Lauren Childs, assistant professor, mathematics, College of Science. Childs develops and analyzes mathematical and computational models to examine biologically motivated questions. A main focus of her research program is understanding the pathogenesis and spread of infectious diseases, such as malaria and dengue. There is an emphasis on the interactions within an organism, such as between an invading pathogen and the host immune response. In addition, she also examines how these within-host interactions impact transmission of disease throughout a population. Construction and analysis of the models utilizes mathematics ranging from differential equations, dynamical systems, to stochastic analysis.

Luis Escobar, assistant professor, fish and wildlife conservation, College of Natural Resources and Environment. Ongoing global change projects in the Escobar lab include the role of aquatic and terrestrial invasive species in disease transmission, effects of climate change on the burden of vector-borne and water-borne diseases, and the development of analytical methods to assess the impacts of global change on biodiversity and diseases.
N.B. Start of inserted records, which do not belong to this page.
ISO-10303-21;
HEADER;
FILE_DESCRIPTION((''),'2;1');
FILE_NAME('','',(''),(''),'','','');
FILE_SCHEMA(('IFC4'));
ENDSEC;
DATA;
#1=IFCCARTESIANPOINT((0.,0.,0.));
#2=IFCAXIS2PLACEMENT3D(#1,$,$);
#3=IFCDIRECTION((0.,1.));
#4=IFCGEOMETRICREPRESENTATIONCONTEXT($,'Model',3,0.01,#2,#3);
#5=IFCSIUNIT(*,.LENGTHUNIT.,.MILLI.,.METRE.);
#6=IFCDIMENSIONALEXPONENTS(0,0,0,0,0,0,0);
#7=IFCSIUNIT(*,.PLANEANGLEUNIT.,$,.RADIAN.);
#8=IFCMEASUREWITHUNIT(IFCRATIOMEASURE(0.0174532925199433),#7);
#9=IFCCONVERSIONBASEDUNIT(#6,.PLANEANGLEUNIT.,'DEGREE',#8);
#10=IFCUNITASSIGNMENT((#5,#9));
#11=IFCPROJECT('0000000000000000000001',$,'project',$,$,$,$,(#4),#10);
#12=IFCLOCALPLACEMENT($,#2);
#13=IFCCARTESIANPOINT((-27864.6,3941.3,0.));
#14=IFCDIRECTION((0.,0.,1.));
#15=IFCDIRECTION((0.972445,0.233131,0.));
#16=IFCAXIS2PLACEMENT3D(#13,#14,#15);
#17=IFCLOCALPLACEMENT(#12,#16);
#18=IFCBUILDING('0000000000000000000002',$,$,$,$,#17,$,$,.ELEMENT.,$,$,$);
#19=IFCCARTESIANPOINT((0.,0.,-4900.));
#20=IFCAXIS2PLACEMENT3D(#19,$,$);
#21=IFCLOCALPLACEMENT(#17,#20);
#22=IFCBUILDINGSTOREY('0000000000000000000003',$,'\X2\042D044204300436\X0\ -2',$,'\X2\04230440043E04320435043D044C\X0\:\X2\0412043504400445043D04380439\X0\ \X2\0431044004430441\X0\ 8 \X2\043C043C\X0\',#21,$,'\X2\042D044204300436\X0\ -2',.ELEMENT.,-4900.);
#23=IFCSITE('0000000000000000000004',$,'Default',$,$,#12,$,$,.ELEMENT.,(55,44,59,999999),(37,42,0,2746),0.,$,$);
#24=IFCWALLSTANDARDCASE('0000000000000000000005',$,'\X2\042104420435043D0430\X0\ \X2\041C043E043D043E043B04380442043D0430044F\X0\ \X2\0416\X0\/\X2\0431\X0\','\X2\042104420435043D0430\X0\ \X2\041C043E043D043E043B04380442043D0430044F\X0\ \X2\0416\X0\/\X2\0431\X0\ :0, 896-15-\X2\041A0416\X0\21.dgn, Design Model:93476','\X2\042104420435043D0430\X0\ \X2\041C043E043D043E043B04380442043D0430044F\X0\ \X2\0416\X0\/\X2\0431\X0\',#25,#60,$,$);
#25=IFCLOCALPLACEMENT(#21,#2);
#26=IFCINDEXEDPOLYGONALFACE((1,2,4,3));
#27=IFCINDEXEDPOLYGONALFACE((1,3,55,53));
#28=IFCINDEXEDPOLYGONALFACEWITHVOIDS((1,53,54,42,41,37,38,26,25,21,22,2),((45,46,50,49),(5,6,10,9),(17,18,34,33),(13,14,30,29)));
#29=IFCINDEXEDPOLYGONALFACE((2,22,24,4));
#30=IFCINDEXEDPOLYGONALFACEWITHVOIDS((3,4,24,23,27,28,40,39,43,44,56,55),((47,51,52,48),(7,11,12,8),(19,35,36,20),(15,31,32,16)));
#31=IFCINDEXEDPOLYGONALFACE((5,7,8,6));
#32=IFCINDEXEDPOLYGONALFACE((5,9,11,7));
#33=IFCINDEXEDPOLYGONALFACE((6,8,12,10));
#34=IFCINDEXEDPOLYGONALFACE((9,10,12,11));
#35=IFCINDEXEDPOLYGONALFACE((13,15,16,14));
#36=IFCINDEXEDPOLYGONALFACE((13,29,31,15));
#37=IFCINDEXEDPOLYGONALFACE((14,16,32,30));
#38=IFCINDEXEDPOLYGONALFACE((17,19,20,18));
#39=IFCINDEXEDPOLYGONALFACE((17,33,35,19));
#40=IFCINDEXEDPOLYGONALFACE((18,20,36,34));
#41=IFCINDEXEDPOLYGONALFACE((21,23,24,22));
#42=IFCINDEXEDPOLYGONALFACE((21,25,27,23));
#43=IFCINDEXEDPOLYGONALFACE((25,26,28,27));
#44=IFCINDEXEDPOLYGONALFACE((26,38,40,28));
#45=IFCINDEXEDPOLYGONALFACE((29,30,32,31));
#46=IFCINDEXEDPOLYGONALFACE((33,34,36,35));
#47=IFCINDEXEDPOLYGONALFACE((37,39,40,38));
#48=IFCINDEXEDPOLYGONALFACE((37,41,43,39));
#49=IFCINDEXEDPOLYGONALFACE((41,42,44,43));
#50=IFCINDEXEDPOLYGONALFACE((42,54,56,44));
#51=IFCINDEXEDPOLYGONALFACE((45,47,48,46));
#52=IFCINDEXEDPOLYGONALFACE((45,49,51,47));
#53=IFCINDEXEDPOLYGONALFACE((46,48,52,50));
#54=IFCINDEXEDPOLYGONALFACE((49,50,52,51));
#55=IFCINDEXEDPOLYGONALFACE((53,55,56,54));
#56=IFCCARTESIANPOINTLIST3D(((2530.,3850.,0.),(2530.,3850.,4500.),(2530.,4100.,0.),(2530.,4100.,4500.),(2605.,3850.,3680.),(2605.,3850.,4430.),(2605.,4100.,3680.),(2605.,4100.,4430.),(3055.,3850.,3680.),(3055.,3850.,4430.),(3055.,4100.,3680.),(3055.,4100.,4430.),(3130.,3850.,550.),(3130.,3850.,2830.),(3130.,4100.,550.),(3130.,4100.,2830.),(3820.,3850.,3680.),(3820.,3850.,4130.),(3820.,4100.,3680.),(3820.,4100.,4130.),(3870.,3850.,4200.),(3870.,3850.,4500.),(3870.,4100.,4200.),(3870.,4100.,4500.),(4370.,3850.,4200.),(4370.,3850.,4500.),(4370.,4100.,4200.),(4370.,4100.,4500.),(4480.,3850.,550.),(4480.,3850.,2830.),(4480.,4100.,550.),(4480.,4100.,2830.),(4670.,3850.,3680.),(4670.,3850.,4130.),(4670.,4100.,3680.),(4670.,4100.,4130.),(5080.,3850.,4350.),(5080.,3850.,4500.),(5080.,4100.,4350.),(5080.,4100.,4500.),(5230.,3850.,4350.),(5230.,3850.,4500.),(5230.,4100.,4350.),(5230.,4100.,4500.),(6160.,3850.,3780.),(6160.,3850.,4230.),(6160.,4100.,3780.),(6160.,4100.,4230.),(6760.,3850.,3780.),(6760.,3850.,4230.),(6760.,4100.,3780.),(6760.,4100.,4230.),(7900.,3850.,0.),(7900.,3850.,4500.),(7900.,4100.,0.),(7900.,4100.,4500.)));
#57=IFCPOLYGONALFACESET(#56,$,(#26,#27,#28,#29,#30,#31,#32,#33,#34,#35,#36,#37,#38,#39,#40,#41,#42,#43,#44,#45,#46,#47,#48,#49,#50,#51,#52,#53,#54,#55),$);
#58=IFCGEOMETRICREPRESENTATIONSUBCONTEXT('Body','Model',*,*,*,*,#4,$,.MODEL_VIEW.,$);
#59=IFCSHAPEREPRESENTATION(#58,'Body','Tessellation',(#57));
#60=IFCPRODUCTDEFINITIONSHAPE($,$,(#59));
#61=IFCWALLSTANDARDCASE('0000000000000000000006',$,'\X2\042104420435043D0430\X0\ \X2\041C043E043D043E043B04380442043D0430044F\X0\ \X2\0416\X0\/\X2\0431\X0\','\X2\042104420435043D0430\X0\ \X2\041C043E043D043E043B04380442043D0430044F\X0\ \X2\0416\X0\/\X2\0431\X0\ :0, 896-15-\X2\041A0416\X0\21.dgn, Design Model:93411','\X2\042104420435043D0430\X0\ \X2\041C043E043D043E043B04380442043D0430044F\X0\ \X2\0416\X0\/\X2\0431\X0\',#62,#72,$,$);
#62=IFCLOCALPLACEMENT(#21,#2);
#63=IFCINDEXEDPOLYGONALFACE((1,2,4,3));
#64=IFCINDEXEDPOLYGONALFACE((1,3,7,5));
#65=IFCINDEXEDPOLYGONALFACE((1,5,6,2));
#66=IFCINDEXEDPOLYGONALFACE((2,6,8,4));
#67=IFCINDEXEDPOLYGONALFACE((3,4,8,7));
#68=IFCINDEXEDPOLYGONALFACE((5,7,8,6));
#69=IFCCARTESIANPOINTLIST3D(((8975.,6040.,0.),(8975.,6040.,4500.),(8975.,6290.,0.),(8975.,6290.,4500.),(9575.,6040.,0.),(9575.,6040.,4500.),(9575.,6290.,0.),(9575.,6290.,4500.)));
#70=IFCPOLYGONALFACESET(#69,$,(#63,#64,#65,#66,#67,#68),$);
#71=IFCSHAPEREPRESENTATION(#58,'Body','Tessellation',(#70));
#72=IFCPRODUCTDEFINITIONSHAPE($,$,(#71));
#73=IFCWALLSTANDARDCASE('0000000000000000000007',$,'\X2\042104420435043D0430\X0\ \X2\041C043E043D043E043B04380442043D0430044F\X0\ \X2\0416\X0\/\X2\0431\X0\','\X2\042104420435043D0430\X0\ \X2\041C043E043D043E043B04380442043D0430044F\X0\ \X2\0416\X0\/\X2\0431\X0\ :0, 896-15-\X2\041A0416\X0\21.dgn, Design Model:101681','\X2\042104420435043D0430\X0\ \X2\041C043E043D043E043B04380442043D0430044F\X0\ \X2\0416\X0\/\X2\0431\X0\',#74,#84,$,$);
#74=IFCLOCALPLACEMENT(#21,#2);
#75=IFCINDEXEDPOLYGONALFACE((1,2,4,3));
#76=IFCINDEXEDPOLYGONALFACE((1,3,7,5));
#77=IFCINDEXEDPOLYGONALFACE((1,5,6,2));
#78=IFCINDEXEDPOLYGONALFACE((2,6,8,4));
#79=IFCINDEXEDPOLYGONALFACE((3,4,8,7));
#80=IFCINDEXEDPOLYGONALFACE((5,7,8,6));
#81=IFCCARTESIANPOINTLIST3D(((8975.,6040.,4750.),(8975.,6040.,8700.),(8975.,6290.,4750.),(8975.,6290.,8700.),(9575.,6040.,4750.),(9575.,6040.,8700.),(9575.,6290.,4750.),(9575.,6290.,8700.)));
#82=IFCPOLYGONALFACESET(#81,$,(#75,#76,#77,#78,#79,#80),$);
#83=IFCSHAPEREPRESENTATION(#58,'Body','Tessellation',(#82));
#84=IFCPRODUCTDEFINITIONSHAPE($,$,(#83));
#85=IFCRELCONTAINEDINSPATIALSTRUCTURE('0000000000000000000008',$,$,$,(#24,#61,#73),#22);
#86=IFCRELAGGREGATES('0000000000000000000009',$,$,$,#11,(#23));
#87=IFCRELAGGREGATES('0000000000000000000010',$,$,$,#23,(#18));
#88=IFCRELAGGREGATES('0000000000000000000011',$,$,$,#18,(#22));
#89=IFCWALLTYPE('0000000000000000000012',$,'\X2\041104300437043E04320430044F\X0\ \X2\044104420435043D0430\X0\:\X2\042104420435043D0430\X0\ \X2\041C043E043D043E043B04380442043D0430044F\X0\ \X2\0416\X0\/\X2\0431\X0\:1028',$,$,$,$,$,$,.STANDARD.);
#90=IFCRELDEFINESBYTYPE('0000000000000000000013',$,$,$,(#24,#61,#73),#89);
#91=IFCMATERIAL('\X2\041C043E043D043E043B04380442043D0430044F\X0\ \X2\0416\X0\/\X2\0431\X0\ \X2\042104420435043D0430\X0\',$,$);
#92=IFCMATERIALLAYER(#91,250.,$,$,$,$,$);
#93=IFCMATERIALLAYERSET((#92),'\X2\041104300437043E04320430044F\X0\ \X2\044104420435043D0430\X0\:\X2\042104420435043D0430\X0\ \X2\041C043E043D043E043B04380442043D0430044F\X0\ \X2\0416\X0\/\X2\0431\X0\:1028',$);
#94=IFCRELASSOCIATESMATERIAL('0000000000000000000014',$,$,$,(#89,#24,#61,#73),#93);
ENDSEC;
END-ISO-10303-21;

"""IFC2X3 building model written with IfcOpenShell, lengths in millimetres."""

from ifc_helpers import new_model, entity, si_unit, converted_unit, direction, frame, frame_2d, origin, origin_2d_with_axis, place, context, subcontext, project, spatial, rectangle, extrude, material, layer, layer_set, layer_usage, type_object, element, save


model = new_model("IFC2X3")

# Units and contexts
model_context = context("Model", 3, precision=0.01, world=origin(), true_north=direction((0.0, 1.0)))
body_context = subcontext(model_context, "Body", "Model", "MODEL_VIEW")
ifc_project = project(units=[si_unit("LENGTHUNIT", "METRE", prefix="MILLI"), converted_unit("PLANEANGLEUNIT", "DEGREE", entity("IfcRatioMeasure", 0.0174532925199433), si_unit("PLANEANGLEUNIT", "RADIAN"), dimensions=[0, 0, 0, 0, 0, 0, 0])], contexts=[model_context])

# Site, building, storey
site_placement = place(None, origin())
site = spatial("IfcSite", under=ifc_project, at=site_placement, Name="Default", CompositionType="ELEMENT", RefLatitude=(55, 44, 59, 999999), RefLongitude=(37, 42, 0, 2746), RefElevation=0.0)
building_placement = place(site_placement, frame((-27864.6, 3941.3, 0.0), z_axis=(0.0, 0.0, 1.0), x_axis=(0.972445, 0.233131, 0.0)))
building = spatial("IfcBuilding", under=site, at=building_placement, CompositionType="ELEMENT")
storey_placement = place(building_placement, frame((0.0, 0.0, -4900.0)))
storey = spatial("IfcBuildingStorey", under=building, at=storey_placement, Name="Этаж -2", ObjectType="Уровень:Верхний брус 8 мм", LongName="Этаж -2", CompositionType="ELEMENT", Elevation=-4900.0)

# Shared definitions
ifc_material = material(Name="Монолитная Ж/б Стена")

# Wall, openings
ifc_layer_1 = layer(ifc_material, 250.0)
ifc_layer_set_1 = layer_set([ifc_layer_1], Name="Базовая стена:Стена Монолитная Ж/б:1028")
ifc_layer_usage_1 = layer_usage(ifc_layer_set_1, "AXIS2", "NEGATIVE", 125.0)
wall_type_1 = type_object("IfcWallType", Name="Базовая стена:Стена Монолитная Ж/б:1028", PredefinedType="STANDARD", material=ifc_layer_set_1)
wall_1_placement = place(storey_placement, frame((7900.0, 3975.0, 0.0), z_axis=(0.0, 0.0, 1.0), x_axis=(-1.0, 0.0, 0.0)))
wall_1 = element("IfcWallStandardCase", 1, at=wall_1_placement, inside=storey, type_object=wall_type_1, material=ifc_layer_usage_1, Name="Стена Монолитная Ж/б", Description="Стена Монолитная Ж/б :0, 896-15-КЖ21.dgn, Design Model:93476", ObjectType="Стена Монолитная Ж/б", context=body_context, shape_type="SweptSolid", body=[
    extrude(rectangle(XDim=5370.0, YDim=250.0, at=frame_2d((2685.0, 0.0), x_axis=(-1.0, 0.0))), origin(), (0.0, 0.0, 1.0), 4500.0),
])
opening_1_placement = place(wall_1_placement, origin())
Escobar’s lab focuses on the distribution of biodiversity, including parasites and pathogens at global scales, and under past, current, and future environmental conditions. Escobar is particularly interested in the use of ecoinformatics to study infectious diseases of fish and wildlife origin.
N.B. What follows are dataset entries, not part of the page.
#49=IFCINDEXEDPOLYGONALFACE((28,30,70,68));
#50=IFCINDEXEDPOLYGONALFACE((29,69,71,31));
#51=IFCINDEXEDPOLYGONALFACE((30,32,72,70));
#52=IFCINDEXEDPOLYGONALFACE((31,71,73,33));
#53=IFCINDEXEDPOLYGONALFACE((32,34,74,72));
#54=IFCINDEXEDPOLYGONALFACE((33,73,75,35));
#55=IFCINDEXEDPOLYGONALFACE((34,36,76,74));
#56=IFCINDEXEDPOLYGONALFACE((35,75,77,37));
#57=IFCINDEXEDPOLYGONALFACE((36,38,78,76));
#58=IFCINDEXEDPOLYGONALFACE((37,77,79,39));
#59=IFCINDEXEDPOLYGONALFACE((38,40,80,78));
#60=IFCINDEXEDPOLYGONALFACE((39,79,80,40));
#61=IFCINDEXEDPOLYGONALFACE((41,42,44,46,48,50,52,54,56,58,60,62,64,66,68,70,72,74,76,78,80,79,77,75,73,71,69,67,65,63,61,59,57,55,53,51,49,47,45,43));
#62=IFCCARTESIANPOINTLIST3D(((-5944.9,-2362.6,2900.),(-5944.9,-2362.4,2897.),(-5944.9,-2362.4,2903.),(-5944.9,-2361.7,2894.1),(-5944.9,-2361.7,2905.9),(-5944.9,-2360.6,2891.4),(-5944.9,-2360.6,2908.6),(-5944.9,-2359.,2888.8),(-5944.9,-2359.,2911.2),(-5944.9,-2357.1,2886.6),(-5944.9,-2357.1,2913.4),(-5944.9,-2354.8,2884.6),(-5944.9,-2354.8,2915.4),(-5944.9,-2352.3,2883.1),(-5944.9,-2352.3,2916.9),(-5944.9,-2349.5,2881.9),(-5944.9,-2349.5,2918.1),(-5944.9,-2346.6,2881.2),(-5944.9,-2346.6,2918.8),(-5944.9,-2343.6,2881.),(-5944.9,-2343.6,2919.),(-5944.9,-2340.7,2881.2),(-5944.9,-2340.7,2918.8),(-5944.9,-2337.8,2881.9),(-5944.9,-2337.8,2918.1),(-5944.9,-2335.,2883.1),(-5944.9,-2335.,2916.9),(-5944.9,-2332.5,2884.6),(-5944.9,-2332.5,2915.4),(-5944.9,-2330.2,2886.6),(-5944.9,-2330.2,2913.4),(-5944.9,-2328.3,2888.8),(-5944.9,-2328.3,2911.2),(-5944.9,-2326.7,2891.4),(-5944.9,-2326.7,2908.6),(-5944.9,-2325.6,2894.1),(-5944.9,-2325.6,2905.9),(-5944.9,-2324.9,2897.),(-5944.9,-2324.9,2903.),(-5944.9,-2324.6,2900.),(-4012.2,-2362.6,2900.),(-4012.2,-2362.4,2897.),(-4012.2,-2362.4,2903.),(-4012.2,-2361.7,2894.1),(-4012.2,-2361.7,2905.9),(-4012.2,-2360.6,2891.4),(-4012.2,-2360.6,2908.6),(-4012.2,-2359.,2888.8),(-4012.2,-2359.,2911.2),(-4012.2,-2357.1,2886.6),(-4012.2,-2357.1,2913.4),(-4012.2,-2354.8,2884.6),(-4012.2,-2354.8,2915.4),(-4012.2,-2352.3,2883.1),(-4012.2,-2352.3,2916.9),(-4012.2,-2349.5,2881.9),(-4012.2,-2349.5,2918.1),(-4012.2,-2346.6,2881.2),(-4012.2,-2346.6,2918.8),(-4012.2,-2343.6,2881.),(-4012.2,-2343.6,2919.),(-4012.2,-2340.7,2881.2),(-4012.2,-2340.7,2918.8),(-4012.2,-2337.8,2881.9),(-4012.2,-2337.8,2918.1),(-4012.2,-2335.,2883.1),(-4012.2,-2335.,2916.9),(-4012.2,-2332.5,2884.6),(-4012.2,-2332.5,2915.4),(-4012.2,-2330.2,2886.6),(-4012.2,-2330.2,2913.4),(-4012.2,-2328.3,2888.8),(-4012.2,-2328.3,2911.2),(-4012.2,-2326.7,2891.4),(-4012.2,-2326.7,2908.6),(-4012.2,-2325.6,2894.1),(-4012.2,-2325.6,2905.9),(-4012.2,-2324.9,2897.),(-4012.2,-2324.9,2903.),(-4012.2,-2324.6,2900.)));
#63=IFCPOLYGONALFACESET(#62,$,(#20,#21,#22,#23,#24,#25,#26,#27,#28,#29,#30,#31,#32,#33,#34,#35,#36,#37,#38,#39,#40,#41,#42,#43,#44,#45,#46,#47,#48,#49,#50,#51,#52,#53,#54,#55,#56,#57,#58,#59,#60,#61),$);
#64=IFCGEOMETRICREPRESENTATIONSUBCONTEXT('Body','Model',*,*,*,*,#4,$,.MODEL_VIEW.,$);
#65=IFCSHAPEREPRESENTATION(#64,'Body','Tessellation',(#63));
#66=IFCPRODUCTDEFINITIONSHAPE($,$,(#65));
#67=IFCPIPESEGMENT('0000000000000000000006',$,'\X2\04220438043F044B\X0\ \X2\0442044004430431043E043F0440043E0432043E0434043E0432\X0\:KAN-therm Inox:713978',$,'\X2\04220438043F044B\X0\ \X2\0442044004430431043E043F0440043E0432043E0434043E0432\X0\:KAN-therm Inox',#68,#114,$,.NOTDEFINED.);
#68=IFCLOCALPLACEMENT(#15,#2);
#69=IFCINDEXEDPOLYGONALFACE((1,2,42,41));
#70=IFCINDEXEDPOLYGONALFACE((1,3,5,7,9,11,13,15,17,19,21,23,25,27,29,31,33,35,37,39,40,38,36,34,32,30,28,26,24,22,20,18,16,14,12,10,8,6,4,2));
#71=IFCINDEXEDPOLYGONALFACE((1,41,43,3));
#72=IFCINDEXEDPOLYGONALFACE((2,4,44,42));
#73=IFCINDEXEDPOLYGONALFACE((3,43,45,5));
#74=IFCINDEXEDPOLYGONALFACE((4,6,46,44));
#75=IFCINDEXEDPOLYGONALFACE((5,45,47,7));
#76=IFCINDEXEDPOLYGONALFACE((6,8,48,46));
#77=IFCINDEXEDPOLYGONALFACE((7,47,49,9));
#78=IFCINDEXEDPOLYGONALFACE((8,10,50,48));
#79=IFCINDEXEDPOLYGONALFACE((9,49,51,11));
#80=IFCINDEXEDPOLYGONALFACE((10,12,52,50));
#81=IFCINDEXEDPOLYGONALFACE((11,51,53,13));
Quinn Thomas, associate professor, forest resources and environmental conservation, College of Natural Resources and Environment. Thomas’ research group studies the forest and freshwater ecosystems upon which society depends. They use quantitative models to simulate how ecosystems change over time in response to land-use, climate change, atmospheric deposition, and management. Additionally, they measure carbon, water, and energy exchange between ecosystems and the atmosphere using eddy-covariance and biometeorology sensors.  Finally, they forecast the future of ecosystems by combining observations and ecosystem models using Bayesian statistical techniques. Thomas leads an NSF-funded effort to galvanize the field of ecological forecasting using data from the National Ecological Observatory Network, an effort that includes Leah Johnson on the leadership team.

Johnson, Childs, Escobar, and Thomas will focus on mathematic and computational modeling across multiple problem spaces related to infectious disease, climate change, invasive species, and other aspects of rapid environmental change.

“I’m excited at this point in my career to expand the group of people I work with across campus while still representing my home department in the College of Natural Resources and Environment. A career is a set of chapters, and this chapter’s move to Steger Hall will enable me to create new collaborations with quantitative and computational scientists from different departments who are interested in solving problems at the environment-human interface,” Thomas said.